Mit der Spende der Familie von Campe liegen nun ebenfalls mehrere sogenannte Apokalypsen im Schloss aus. In einer Zeit ohne Filme, Serien und Social Media und zu einer Zeit des Analphabetismus waren diese reich bebilderten Bücher für die Menschen im Mittelalter spektakulär. Wie der Name schon sagt, war auch der Inhalt – farbige und vergoldete Bilder der Apokalypse nach der Offenbarung des Johannes – an Spannung nicht zu überbieten. Die Originale liegen auch in der Parker Library der University of Cambridge und der Bodleian Library in Oxford. Bestandteil der Dauerleihgabe sind neben anderen Büchern außerdem Faksimiles des Heidelberger und Oldenburger Sachsenspiegels und auch ein sogenanntes Gürtelbuch mit den Gebetsgewohnheiten des heiligen Dominikus.

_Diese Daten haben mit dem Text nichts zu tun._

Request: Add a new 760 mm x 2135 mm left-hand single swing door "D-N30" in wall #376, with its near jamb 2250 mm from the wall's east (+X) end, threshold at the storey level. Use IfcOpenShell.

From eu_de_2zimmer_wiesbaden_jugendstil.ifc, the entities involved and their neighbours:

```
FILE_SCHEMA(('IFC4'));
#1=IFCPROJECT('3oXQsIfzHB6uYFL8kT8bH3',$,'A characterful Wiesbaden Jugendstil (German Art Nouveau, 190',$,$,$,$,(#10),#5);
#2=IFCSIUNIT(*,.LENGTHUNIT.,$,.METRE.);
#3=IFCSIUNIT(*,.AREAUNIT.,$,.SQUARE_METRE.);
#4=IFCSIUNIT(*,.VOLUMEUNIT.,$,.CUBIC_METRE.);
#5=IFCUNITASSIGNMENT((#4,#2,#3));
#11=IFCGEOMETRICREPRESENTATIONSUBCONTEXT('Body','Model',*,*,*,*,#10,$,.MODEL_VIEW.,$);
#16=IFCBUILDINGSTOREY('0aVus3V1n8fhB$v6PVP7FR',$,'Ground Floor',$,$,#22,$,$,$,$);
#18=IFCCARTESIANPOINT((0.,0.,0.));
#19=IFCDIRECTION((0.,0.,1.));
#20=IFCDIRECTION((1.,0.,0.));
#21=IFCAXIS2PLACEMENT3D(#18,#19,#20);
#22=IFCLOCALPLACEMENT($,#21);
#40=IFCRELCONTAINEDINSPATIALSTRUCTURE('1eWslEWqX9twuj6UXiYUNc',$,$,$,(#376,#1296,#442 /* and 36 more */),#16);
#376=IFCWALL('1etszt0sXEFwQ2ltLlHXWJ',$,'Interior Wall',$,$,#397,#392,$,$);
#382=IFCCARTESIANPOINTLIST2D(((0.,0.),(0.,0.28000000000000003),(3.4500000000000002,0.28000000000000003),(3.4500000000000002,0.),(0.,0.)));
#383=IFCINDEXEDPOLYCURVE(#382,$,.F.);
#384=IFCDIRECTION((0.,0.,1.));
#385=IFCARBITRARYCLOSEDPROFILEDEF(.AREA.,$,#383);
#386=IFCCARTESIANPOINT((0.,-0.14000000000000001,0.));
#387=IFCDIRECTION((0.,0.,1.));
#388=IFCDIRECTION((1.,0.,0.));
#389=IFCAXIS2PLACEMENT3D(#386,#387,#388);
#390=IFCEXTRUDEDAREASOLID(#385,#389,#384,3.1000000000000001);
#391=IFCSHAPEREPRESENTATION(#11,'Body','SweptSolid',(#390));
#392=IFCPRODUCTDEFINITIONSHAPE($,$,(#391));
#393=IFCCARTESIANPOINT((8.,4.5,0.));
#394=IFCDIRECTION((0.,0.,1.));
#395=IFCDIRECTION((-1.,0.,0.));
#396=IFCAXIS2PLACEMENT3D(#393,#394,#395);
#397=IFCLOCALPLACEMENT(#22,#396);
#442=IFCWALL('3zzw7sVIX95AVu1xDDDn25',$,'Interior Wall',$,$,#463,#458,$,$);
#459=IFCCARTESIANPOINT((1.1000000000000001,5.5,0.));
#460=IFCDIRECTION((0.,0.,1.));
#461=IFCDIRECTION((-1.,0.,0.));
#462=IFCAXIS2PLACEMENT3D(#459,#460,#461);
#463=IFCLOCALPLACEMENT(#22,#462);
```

```python
import numpy as np
import ifcopenshell
import ifcopenshell.api.feature
import ifcopenshell.api.geometry
import ifcopenshell.api.root
import ifcopenshell.api.spatial
import ifcopenshell.geom
import ifcopenshell.util.element
import ifcopenshell.util.placement
import ifcopenshell.util.representation
import ifcopenshell.util.shape
import ifcopenshell.util.unit

model = ifcopenshell.open("eu_de_2zimmer_wiesbaden_jugendstil.ifc")
unit_scale = ifcopenshell.util.unit.calculate_unit_scale(model)
settings = ifcopenshell.geom.settings()


def volume(element):
    """Net volume in cubic metres, openings subtracted."""
    shape = ifcopenshell.geom.create_shape(settings, element)
    return ifcopenshell.util.shape.get_volume(shape.geometry)


wall = model.by_guid("1etszt0sXEFwQ2ltLlHXWJ")
storey = ifcopenshell.util.element.get_container(wall, ifc_class="IfcBuildingStorey")
context = ifcopenshell.util.representation.get_context(model, "Model", "Body", "MODEL_VIEW")
before = volume(wall)

width, height, from_end, sill = 0.76, 2.135, 2.25, 0.0  # metres

# The wall runs along its own X axis, and the end named is its -X end.
wall_shape = ifcopenshell.geom.create_shape(settings, wall)
x, y, z = ifcopenshell.util.shape.get_vertices(wall_shape.geometry).T
start = x.min() + from_end
face, thickness = float(y.min()), float(y.max() - y.min())
wall_matrix = ifcopenshell.util.placement.get_local_placement(wall.ObjectPlacement)
level = ifcopenshell.util.placement.get_local_placement(storey.ObjectPlacement)[2, 3]


def in_wall(x, y):
    """Placement at x, y metres in the wall's axes, at sill height."""
    matrix = wall_matrix.copy()
    matrix[:, 3] = wall_matrix @ np.array([x / unit_scale, y / unit_scale, 0.0, 1.0])
    matrix[2, 3] = level + sill / unit_scale
    return matrix


# Opening: a box that overshoots both wall faces by 50 mm.
opening = ifcopenshell.api.root.create_entity(model, ifc_class="IfcOpeningElement", predefined_type="OPENING")
box = ifcopenshell.api.geometry.add_wall_representation(
    model, context=context, length=width, height=height, thickness=thickness + 0.1
)
ifcopenshell.api.geometry.assign_representation(model, product=opening, representation=box)
ifcopenshell.api.geometry.edit_object_placement(model, product=opening, matrix=in_wall(start, face - 0.05), is_si=False)
ifcopenshell.api.feature.add_feature(model, feature=opening, element=wall)

door = ifcopenshell.api.root.create_entity(model, ifc_class="IfcDoor", name="D-N30", predefined_type="DOOR")
door.OverallWidth, door.OverallHeight = width / unit_scale, height / unit_scale
door.OperationType = "SINGLE_SWING_LEFT"
body = ifcopenshell.api.geometry.add_door_representation(
    model,
    context=context,
    overall_width=door.OverallWidth,
    overall_height=door.OverallHeight,
    operation_type="SINGLE_SWING_LEFT",
    lining_properties={"LiningDepth": thickness / unit_scale, "ThresholdDepth": thickness / unit_scale},
)
ifcopenshell.api.geometry.assign_representation(model, product=door, representation=body)
ifcopenshell.api.spatial.assign_container(model, products=[door], relating_structure=storey)
ifcopenshell.api.feature.add_filling(model, opening=opening, element=door)

# The lining spans the wall, so the door starts at the wall face.
ifcopenshell.api.geometry.edit_object_placement(model, product=door, matrix=in_wall(start, face), is_si=False)

after = volume(wall)

print(f"wall volume {before:.3f} -> {after:.3f} m3")

model.write("eu_de_2zimmer_wiesbaden_jugendstil_rev.ifc")
```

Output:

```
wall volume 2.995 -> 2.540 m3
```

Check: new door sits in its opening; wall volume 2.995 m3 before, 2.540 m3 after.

„Diese Fülle und Vollständigkeit der Sammlung ist wirklich einmalig, zumindest hier in Niedersachsen. Man könnte sagen: Das ist ein Alleinstellungsmerkmal, auf das das Schloss Bevern stolz sein kann“, betont Hartung von Campe, „Besucher können das Evangelium und andere mittelalterliche Texte hier direkt ansehen und darin blättern – das ist schon etwas Besonderes.“ Als nächstes geht es deshalb darum, eine Dauerausstellung der geliehenen Schätze zu konzipieren und die Räumlichkeiten im Schloss dafür entsprechend herzurichten. Die Familie von Campe hat dem Landkreis bereits für die Ausstattung und Bewerbung der Ausstellung finanzielle Unterstützung in Aussicht gestellt.